PROBLEM STATEMENT. The entries below hold a line with "#183=IFCINDEXEDPOLYGONALFACE((19,20,24,23));" and a line with "#193=IFCINDEXEDPOLYGONALFACE((39,40,42,41));". Return those lines and all that lie between them, exactly and only.
**** RECORDS SUPPLIED ****
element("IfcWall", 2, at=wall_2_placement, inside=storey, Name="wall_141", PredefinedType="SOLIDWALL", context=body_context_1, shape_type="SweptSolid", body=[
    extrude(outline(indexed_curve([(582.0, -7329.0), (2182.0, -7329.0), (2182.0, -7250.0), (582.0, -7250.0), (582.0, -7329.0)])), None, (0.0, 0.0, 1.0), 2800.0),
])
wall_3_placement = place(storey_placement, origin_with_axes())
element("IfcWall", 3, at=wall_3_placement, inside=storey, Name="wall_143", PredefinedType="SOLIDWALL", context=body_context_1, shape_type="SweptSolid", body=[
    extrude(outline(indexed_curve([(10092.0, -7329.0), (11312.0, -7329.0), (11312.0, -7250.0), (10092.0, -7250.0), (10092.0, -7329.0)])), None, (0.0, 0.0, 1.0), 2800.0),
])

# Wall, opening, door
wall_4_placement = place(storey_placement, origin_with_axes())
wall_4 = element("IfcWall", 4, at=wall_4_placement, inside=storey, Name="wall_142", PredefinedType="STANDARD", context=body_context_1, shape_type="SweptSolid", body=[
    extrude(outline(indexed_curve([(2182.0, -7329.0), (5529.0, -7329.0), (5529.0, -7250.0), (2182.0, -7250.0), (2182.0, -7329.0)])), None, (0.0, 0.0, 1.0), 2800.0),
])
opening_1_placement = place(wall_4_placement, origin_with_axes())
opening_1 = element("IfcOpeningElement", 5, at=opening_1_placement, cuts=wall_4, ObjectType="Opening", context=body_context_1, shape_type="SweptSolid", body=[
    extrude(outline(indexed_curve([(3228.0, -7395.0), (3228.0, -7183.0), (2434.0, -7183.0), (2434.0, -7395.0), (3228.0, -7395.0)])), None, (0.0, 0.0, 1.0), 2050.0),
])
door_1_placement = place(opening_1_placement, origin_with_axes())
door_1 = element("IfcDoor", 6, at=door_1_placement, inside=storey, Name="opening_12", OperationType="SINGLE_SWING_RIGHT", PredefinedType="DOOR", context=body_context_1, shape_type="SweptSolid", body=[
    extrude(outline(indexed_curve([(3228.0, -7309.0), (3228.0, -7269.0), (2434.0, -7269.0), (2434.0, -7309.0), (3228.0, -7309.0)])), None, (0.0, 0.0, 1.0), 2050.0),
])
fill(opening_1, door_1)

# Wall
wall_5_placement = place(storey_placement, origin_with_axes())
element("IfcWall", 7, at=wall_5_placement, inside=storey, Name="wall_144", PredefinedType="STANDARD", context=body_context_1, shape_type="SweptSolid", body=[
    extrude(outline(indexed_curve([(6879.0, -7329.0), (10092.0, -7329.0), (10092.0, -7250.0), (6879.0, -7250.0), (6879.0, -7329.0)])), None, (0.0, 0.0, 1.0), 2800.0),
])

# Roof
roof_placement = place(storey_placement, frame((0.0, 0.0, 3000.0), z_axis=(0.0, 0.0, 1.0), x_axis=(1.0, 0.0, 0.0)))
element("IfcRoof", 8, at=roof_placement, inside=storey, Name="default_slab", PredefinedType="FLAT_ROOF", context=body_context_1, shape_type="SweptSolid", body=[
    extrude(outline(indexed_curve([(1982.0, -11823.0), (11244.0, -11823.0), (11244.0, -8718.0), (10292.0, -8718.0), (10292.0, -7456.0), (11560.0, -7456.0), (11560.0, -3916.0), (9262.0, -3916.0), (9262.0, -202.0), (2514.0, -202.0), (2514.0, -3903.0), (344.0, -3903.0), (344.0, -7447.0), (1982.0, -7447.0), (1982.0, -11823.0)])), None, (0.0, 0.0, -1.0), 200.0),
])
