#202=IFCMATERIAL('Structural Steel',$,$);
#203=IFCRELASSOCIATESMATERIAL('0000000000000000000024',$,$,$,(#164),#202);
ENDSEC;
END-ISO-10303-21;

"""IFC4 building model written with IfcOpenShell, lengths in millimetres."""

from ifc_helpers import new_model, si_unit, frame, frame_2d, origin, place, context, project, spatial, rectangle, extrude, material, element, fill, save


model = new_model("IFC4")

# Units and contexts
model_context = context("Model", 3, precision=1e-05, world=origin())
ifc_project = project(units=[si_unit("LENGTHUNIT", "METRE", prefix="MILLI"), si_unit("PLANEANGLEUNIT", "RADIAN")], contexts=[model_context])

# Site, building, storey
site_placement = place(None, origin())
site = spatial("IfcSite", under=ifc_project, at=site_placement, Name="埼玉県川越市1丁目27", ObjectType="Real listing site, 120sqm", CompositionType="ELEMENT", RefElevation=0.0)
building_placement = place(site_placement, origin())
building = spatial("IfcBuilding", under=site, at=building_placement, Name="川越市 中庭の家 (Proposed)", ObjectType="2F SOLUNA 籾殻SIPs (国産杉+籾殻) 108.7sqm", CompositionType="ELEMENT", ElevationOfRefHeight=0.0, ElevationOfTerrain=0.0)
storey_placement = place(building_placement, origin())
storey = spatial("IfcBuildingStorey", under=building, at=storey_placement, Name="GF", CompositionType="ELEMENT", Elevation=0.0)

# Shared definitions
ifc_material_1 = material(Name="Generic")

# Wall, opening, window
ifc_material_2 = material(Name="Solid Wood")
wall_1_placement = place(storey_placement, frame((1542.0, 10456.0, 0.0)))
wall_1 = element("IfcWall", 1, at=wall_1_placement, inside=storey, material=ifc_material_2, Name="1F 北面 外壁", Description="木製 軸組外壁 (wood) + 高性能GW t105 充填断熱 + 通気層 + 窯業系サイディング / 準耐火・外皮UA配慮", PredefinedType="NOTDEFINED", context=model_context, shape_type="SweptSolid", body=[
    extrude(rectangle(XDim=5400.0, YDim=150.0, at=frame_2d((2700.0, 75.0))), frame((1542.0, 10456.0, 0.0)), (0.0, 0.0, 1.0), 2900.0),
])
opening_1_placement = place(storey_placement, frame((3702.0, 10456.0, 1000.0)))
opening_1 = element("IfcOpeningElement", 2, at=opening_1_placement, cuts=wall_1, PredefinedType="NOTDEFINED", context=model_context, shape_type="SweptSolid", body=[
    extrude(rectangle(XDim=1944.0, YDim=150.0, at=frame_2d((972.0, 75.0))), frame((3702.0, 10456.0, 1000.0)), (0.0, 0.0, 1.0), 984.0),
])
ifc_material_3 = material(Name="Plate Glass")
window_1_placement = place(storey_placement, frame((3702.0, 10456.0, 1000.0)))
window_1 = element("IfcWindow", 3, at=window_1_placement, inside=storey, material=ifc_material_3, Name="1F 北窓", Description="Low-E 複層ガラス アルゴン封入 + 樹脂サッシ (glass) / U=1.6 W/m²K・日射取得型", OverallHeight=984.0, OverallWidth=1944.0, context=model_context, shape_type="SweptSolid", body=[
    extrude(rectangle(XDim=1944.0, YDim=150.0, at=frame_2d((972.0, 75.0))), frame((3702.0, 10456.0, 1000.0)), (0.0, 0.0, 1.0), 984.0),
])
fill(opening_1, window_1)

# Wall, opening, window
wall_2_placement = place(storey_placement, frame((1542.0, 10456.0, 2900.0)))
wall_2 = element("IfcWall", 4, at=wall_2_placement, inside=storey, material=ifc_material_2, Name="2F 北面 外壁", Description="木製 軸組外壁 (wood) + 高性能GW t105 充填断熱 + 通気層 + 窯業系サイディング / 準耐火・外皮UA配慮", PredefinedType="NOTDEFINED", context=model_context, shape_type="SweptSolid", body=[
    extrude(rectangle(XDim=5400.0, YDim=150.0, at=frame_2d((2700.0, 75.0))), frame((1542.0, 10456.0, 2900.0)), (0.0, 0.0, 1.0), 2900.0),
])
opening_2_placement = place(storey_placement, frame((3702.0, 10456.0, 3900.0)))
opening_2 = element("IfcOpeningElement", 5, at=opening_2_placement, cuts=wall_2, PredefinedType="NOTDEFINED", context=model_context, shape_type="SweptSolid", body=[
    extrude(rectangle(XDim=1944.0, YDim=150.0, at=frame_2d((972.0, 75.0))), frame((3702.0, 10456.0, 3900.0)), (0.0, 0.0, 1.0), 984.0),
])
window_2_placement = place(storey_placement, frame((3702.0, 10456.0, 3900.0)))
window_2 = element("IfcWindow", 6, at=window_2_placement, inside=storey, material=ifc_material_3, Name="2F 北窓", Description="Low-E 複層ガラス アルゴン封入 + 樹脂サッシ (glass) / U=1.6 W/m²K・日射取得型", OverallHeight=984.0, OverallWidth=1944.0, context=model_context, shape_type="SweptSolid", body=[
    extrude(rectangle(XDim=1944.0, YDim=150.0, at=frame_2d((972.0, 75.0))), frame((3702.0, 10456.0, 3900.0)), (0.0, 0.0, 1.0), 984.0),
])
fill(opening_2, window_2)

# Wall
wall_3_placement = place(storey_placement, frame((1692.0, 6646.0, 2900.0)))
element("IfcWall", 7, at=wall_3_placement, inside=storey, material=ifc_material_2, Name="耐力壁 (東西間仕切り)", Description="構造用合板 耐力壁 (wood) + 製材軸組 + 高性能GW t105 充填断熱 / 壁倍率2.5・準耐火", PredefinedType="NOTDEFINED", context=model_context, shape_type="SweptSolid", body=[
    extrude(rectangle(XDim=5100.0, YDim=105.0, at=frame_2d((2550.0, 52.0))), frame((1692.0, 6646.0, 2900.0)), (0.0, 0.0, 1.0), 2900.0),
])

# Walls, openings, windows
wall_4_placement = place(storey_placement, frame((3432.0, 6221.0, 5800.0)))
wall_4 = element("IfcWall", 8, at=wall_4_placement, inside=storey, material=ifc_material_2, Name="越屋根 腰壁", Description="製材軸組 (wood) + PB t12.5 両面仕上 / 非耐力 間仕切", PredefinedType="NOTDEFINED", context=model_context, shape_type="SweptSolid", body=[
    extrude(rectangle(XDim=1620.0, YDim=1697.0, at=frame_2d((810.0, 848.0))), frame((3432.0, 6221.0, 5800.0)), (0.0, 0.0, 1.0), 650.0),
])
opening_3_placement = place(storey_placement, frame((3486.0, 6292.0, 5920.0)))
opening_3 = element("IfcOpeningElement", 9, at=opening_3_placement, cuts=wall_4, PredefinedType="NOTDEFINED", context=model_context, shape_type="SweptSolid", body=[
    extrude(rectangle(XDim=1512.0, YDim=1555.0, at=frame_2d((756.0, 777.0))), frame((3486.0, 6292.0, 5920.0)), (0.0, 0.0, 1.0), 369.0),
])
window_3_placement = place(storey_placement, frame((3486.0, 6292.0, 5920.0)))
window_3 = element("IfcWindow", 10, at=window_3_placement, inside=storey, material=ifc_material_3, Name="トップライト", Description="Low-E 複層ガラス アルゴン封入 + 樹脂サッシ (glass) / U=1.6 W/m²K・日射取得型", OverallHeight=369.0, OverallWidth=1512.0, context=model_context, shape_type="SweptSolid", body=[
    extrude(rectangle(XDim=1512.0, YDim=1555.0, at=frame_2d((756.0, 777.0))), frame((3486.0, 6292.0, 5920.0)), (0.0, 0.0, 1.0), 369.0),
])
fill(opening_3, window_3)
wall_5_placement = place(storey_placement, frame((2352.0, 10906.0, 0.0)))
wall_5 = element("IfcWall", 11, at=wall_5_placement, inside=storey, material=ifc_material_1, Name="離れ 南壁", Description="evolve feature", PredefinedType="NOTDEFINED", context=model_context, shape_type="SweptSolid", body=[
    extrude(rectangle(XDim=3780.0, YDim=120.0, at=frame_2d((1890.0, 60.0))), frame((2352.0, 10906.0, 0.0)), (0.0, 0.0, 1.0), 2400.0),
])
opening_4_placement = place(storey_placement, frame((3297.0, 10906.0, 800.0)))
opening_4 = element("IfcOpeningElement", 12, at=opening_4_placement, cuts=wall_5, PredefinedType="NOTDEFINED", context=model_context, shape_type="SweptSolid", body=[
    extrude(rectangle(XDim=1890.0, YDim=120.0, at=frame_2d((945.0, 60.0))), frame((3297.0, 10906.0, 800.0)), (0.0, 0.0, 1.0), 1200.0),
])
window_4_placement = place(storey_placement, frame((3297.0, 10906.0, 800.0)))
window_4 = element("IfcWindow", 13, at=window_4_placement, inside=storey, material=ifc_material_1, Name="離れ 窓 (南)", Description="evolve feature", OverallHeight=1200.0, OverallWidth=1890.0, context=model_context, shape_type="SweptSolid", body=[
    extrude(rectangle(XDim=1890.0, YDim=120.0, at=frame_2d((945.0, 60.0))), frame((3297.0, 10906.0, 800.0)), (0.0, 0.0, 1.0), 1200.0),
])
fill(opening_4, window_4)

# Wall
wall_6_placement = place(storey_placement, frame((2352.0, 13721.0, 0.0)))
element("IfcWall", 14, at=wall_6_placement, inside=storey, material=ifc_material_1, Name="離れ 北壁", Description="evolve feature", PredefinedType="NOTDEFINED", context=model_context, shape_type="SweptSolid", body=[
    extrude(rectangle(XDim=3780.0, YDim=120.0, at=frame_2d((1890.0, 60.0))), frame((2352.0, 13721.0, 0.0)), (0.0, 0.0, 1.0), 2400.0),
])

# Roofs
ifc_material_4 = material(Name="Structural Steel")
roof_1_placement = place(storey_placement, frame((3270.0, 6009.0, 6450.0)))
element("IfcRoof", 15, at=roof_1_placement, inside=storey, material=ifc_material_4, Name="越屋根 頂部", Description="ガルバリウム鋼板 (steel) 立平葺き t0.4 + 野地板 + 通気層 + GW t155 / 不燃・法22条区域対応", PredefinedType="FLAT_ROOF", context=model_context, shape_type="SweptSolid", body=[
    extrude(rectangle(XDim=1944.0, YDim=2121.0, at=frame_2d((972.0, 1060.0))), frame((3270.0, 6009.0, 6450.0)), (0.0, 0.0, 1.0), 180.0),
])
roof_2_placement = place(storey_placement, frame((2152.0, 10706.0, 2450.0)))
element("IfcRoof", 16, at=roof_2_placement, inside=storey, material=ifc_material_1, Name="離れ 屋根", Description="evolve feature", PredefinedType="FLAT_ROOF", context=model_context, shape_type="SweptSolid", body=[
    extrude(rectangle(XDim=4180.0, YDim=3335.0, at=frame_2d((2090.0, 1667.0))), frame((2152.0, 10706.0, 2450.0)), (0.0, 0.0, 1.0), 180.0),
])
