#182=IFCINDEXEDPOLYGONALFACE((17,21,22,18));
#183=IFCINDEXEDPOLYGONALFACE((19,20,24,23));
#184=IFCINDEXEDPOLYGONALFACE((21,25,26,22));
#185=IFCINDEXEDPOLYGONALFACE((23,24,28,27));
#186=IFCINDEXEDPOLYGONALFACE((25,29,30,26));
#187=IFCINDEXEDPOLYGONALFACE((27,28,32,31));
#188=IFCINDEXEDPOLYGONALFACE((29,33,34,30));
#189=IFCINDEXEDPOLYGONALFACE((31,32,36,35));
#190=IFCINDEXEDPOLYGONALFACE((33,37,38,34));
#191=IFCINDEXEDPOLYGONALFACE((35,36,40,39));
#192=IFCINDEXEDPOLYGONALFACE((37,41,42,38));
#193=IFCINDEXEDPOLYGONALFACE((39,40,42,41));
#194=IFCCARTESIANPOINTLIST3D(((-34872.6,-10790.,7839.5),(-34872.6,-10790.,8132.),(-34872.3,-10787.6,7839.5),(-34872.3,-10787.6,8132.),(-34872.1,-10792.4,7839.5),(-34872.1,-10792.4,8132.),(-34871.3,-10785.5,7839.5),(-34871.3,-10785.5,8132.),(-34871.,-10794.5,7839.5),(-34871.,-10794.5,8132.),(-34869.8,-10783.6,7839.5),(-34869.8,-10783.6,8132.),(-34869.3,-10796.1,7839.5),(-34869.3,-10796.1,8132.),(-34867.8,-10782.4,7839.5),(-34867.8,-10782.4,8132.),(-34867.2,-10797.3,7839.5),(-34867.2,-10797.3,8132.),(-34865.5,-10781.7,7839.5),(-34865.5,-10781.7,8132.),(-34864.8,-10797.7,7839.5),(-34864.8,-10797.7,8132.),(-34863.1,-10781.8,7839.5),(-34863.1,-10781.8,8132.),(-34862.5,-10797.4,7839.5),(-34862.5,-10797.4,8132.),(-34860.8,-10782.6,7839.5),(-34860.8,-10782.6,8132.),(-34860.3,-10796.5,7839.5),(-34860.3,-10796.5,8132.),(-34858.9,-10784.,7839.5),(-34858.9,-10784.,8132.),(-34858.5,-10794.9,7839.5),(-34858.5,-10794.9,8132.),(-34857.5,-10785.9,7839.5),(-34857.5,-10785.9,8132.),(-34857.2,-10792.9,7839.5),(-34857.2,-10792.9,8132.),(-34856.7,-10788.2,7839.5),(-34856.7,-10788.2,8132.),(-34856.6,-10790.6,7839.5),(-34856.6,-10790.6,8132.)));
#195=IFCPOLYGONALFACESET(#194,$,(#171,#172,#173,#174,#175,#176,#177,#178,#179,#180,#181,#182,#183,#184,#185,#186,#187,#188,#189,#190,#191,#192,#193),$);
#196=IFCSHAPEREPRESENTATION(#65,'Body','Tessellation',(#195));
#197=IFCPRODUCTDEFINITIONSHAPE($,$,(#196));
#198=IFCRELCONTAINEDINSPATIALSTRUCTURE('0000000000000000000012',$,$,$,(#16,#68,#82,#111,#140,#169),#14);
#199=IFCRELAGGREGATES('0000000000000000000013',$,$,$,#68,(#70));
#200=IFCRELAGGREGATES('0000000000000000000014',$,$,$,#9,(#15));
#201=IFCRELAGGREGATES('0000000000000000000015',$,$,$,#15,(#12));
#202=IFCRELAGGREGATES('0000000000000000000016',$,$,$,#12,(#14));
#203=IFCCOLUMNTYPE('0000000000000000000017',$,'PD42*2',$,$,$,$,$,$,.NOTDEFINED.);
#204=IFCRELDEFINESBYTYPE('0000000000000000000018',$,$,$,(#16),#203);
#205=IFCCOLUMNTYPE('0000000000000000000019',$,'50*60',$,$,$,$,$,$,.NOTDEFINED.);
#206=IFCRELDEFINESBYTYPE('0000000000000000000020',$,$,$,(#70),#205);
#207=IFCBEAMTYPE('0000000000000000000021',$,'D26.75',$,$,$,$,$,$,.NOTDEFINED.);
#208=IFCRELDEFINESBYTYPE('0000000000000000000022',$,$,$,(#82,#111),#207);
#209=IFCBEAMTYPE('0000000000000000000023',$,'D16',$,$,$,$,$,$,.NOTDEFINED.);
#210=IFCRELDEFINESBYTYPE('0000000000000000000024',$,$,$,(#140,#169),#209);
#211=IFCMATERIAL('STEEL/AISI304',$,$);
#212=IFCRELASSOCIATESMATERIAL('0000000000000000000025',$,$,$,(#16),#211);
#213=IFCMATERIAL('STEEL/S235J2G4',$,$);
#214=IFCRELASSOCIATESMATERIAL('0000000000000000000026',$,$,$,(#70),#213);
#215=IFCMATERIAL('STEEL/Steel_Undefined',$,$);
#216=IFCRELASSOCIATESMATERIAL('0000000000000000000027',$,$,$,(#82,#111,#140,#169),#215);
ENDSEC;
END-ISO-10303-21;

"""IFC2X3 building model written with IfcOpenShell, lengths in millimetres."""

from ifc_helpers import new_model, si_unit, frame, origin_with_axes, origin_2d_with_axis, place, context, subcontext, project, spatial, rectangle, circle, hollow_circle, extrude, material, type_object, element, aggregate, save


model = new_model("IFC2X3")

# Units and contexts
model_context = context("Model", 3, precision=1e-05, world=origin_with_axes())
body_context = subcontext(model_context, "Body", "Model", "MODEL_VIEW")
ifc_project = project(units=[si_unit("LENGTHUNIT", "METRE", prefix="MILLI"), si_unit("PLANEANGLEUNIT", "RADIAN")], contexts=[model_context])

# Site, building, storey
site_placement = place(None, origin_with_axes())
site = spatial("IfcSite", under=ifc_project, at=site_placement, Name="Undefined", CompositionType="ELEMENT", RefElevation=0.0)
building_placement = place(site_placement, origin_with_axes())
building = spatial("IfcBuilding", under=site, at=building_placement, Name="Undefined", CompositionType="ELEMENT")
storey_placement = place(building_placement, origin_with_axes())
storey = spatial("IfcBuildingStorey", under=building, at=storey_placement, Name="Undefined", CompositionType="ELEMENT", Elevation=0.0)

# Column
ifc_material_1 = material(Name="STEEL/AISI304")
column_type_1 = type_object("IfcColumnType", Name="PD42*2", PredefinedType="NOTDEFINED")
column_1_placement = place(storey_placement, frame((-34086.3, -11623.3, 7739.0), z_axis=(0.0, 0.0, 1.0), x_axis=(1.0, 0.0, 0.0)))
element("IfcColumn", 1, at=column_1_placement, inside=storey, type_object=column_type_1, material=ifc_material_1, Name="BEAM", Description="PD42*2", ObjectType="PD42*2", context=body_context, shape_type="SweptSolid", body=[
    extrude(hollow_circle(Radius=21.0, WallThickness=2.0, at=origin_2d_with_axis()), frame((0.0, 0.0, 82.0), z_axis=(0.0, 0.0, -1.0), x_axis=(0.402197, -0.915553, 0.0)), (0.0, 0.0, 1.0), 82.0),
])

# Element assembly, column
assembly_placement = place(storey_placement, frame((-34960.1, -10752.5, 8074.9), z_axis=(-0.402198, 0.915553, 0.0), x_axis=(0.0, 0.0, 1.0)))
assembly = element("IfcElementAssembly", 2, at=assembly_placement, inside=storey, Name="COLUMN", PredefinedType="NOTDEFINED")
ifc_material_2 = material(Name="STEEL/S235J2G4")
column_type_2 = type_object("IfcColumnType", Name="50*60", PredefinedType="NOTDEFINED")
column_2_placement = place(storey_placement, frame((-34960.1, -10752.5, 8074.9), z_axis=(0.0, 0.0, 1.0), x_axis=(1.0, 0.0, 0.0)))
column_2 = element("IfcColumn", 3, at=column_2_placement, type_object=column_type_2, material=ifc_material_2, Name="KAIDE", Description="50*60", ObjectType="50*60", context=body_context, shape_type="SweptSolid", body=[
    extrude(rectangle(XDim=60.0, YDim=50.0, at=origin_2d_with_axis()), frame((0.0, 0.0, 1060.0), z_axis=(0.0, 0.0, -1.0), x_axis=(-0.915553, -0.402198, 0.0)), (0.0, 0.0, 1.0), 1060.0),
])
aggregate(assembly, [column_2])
****
ANSWER BOX.
#183=IFCINDEXEDPOLYGONALFACE((19,20,24,23));
#184=IFCINDEXEDPOLYGONALFACE((21,25,26,22));
#185=IFCINDEXEDPOLYGONALFACE((23,24,28,27));
#186=IFCINDEXEDPOLYGONALFACE((25,29,30,26));
#187=IFCINDEXEDPOLYGONALFACE((27,28,32,31));
#188=IFCINDEXEDPOLYGONALFACE((29,33,34,30));
#189=IFCINDEXEDPOLYGONALFACE((31,32,36,35));
#190=IFCINDEXEDPOLYGONALFACE((33,37,38,34));
#191=IFCINDEXEDPOLYGONALFACE((35,36,40,39));
#192=IFCINDEXEDPOLYGONALFACE((37,41,42,38));
#193=IFCINDEXEDPOLYGONALFACE((39,40,42,41));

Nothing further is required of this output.